Introvertida. Intuitiva. Sentimental. Perceptiva.

28
Ago20

Como vemos o mundo. Como agimos.

Vejo o mundo de forma clara? Ajo de forma generosa? Sou capaz de aceitar o que não posso mudar?

Pergunta original: "Am I seeing clearly? Acting generously? Accepting what I can't change?"

daqui

Será que há alguém que veja o mundo de forma clara? O que é ver de forma clara? Há pessoas que acham que compreendem tudo e poderão ter razão ou não. E o oposto, com certeza, também acontecerá. Não terá, cada indivíduo, um conceito diferente de clareza?

Se vejo as coisas com clareza? Talvez algumas. Outras nem tanto. Para mim clareza está ligada à empatia, compaixão e compreensão (e às vezes à sua falta!) e nem todos nós, nem em todos os momentos, temos essa capacidade.

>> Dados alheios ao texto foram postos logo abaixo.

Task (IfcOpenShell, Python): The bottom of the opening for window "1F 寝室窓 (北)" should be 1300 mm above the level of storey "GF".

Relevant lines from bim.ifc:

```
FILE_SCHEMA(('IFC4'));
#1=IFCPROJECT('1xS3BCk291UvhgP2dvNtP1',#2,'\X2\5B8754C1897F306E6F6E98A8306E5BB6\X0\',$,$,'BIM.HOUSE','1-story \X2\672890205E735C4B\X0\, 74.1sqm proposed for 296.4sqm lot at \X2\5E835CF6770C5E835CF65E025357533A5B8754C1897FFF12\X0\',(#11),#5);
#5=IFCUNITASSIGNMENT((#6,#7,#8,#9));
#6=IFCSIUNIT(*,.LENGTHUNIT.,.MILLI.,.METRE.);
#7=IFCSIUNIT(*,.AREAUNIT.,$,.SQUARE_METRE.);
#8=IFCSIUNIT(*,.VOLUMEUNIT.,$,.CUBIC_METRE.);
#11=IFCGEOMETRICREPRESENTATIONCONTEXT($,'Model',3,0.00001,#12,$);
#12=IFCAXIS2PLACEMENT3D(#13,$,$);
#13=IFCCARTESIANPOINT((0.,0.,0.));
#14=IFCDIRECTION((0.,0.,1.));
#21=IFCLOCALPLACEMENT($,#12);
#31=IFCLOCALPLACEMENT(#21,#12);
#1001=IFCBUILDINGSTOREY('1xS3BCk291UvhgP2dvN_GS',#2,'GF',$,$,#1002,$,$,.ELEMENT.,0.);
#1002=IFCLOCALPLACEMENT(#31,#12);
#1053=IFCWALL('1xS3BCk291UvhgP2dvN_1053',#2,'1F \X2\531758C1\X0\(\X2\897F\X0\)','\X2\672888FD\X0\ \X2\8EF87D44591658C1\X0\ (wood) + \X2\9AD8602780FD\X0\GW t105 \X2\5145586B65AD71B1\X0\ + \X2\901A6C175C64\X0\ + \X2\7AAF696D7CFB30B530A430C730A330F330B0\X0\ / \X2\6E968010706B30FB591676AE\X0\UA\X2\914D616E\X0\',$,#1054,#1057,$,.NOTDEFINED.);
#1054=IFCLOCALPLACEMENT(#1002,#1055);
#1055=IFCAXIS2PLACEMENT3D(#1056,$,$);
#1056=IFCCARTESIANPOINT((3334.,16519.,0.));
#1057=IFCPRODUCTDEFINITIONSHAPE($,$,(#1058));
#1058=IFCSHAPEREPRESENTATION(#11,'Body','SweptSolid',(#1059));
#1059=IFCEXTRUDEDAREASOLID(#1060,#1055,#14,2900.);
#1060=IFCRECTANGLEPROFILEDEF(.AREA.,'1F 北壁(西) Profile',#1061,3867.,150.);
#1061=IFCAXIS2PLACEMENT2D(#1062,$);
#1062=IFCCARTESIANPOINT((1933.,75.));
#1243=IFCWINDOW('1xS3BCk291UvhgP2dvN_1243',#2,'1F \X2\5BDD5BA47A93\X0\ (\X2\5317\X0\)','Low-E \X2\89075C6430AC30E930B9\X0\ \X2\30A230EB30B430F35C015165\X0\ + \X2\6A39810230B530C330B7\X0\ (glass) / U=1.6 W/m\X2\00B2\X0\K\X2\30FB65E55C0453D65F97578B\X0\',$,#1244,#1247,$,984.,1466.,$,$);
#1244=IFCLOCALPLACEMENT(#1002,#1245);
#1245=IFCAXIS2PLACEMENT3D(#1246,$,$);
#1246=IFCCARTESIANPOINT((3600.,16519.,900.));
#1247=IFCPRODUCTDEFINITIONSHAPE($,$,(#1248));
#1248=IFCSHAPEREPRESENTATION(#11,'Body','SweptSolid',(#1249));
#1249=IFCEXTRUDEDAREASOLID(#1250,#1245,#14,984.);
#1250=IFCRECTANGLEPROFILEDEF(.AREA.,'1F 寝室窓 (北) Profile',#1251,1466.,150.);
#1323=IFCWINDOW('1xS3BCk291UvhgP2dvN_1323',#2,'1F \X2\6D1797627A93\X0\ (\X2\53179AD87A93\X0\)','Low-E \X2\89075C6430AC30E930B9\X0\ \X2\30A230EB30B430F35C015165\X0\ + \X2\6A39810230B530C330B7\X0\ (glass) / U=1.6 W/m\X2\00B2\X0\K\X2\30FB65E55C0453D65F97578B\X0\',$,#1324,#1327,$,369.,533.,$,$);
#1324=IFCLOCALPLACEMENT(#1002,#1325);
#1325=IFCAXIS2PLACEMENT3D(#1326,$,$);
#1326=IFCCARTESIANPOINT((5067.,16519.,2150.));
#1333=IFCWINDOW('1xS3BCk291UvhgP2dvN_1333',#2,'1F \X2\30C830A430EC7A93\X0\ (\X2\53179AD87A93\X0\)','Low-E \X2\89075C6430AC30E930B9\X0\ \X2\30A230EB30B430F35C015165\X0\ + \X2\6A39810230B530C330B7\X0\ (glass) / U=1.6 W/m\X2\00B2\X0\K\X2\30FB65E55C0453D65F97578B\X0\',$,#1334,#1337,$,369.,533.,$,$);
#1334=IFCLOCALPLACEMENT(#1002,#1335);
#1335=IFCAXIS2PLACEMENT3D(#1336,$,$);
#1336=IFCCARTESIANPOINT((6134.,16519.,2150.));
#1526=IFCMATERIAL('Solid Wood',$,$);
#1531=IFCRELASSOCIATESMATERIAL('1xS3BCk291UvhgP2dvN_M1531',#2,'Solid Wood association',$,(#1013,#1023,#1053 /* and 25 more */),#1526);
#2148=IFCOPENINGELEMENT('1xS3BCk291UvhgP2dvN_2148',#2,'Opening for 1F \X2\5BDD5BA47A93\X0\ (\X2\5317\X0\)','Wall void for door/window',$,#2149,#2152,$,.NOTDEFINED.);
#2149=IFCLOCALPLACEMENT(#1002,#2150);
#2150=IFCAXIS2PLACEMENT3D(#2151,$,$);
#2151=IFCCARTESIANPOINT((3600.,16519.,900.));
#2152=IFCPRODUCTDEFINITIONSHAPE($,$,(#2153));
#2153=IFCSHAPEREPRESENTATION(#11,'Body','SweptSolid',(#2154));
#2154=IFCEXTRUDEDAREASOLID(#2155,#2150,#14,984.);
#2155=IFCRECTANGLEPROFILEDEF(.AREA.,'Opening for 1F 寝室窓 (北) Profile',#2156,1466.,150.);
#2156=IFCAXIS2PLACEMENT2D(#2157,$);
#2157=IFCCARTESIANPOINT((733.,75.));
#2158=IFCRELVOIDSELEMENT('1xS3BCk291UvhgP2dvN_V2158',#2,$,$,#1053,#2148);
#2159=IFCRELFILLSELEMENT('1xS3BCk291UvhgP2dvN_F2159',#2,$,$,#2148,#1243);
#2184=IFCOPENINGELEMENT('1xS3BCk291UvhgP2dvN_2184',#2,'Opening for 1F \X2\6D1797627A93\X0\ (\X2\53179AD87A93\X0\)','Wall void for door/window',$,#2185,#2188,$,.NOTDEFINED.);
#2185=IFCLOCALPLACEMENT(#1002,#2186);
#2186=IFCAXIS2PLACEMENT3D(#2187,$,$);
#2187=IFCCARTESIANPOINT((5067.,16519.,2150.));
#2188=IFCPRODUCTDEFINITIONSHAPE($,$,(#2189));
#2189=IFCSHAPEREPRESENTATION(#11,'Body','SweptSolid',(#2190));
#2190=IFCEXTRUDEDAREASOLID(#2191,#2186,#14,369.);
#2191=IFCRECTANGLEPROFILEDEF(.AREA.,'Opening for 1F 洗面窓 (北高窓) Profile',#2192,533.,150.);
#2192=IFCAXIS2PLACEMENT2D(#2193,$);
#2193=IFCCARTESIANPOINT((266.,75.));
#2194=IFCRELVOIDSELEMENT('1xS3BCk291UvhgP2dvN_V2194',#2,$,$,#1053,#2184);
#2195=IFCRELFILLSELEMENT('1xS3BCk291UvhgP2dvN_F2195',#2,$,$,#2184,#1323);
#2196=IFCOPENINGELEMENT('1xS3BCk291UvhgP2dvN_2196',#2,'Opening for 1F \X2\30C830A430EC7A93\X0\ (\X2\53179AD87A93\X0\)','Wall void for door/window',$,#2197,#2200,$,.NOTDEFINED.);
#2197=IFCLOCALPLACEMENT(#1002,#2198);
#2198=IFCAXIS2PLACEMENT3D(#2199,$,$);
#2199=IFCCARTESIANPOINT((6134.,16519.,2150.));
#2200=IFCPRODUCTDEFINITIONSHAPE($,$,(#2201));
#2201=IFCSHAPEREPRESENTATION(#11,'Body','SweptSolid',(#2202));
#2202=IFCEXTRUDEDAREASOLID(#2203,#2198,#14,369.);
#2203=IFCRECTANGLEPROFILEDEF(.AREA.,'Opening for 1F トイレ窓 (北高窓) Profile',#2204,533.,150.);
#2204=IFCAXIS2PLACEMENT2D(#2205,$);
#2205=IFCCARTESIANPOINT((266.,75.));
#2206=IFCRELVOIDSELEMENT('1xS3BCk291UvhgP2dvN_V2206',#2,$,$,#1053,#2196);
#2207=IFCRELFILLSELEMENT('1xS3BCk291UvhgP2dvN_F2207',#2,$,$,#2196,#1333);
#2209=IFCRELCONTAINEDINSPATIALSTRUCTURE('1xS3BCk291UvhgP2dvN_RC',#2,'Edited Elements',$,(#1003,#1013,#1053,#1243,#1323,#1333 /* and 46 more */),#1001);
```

```python
import numpy as np
import ifcopenshell
import ifcopenshell.api.geometry
import ifcopenshell.geom
import ifcopenshell.util.element
import ifcopenshell.util.placement
import ifcopenshell.util.shape
import ifcopenshell.util.unit

model = ifcopenshell.open("bim.ifc")
unit_scale = ifcopenshell.util.unit.calculate_unit_scale(model)

window = model.by_id(1243)
opening = window.FillsVoids[0].RelatingOpeningElement
storey = ifcopenshell.util.element.get_container(window, ifc_class="IfcBuildingStorey")
level = ifcopenshell.util.placement.get_local_placement(storey.ObjectPlacement)[2, 3]

# The opening's origin need not be at the sill, so measure its lowest point.
shape = ifcopenshell.geom.create_shape(ifcopenshell.geom.settings(), opening)
bottom = ifcopenshell.util.shape.get_shape_bottom_elevation(shape, shape.geometry) / unit_scale
dz = level + 1300.0 - bottom

shift = np.array([0.0, 0.0, dz])
# The window is not placed relative to its opening, so move both.
for product in (opening, window):
    matrix = ifcopenshell.util.placement.get_local_placement(product.ObjectPlacement)
    matrix[:3, 3] += shift
    ifcopenshell.api.geometry.edit_object_placement(model, product=product, matrix=matrix, is_si=False)

print(f"moved by {dz * unit_scale:+.3f} m")

model.write("bim_updated.ifc")
```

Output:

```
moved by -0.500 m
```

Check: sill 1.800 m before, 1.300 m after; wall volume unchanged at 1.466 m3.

Não posso dizer que ando por aí armada em Madre Teresa de Calcutá a dar a minha vida e tempo de forma generosa mas tento não fugir aos meus valores no meu dia a dia. Isto passa por, simplesmente, mostrar respeito aos outros. De vez em quando lá ofereço ajuda para carregar sacos ou carrinhos para uma ou outra senhora subir ou descer escadas, embora nem sempre aceitem. Já dei dinheiro a quem me apanhou em alturas mais sensíveis mesmo que o dinheiro não tenha sido utilizado da melhor forma (fico, ao menos, de consciência tranquila), já dediquei algum tempo em trabalho voluntário para o Centro Comunitário aqui da terra e espero poder voltar a fazer uns turnos num festival que se aproxima. Se isso acontecer, aviso. 

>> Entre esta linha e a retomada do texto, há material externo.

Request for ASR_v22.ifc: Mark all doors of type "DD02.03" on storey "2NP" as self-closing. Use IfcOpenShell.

First a look at what the model holds.

```python
import ifcopenshell
import ifcopenshell.util.element

model = ifcopenshell.open("ASR_v22.ifc")
print(model.schema)
storey = next(s for s in model.by_type("IfcBuildingStorey") if s.Name == "2NP")
doors = [e for e in ifcopenshell.util.element.get_decomposition(storey) if e.is_a("IfcDoor")]
seen = {}
for e in doors:
    element_type = ifcopenshell.util.element.get_type(e)
    key = (element_type.Name if element_type != e and element_type else None, ifcopenshell.util.element.get_pset(e, "Pset_DoorCommon", "SelfClosing"))
    seen[key] = seen.get(key, 0) + 1
for (name, value), count in sorted(seen.items(), key=str):
    print(count, "x", name, "|", value)
```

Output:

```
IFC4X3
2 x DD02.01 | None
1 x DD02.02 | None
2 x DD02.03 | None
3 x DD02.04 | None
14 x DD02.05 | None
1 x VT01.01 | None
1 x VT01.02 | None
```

```python
import ifcopenshell
import ifcopenshell.api.pset
import ifcopenshell.util.element

model = ifcopenshell.open("ASR_v22.ifc")

storey = next(s for s in model.by_type("IfcBuildingStorey") if s.Name == "2NP")
doors = [e for e in ifcopenshell.util.element.get_decomposition(storey) if e.is_a("IfcDoor")]

count = 0
for e in doors:
    element_type = ifcopenshell.util.element.get_type(e)
    if element_type in (None, e) or element_type.Name != "DD02.03":
        continue
    # add_pset returns the element's existing set when there is one.
    pset = ifcopenshell.api.pset.add_pset(model, product=e, name="Pset_DoorCommon")
    ifcopenshell.api.pset.edit_pset(model, pset=pset, properties={"SelfClosing": True})
    count += 1

print(count, "doors updated")

model.write("ASR_v22_v2.ifc")
```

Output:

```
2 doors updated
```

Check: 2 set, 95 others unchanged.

Acho que cada vez mais aceito aquilo que não posso mudar. Acontecimentos do dia a dia... Como já referi, o atrasar do comboio ou o ter de esperar pelo próximo metro. Greves. Mas um pequenina parte de mim ainda me custa aceitar que, para aceitar o que não posso mudar, tenha de fazer parte de um sistema com o qual não me identifico e não quero alimentar. Tenho andado entretida com um livro sobre geopolítica. É um assunto que me despertou interesse há uns anos atrás e embora me perturbe tudo o que esteja a ler, sei que não podemos combater os podres da elite política (e não só) e como as suas decisões apenas reforçam a ideia de que somos tratados como gado insignificante. É uma forma muito negra de ver as coisas mas, ao mesmo tempo, libertadora. Remete-me mesmo à minha insignificância e impotência para alterar o que não posso!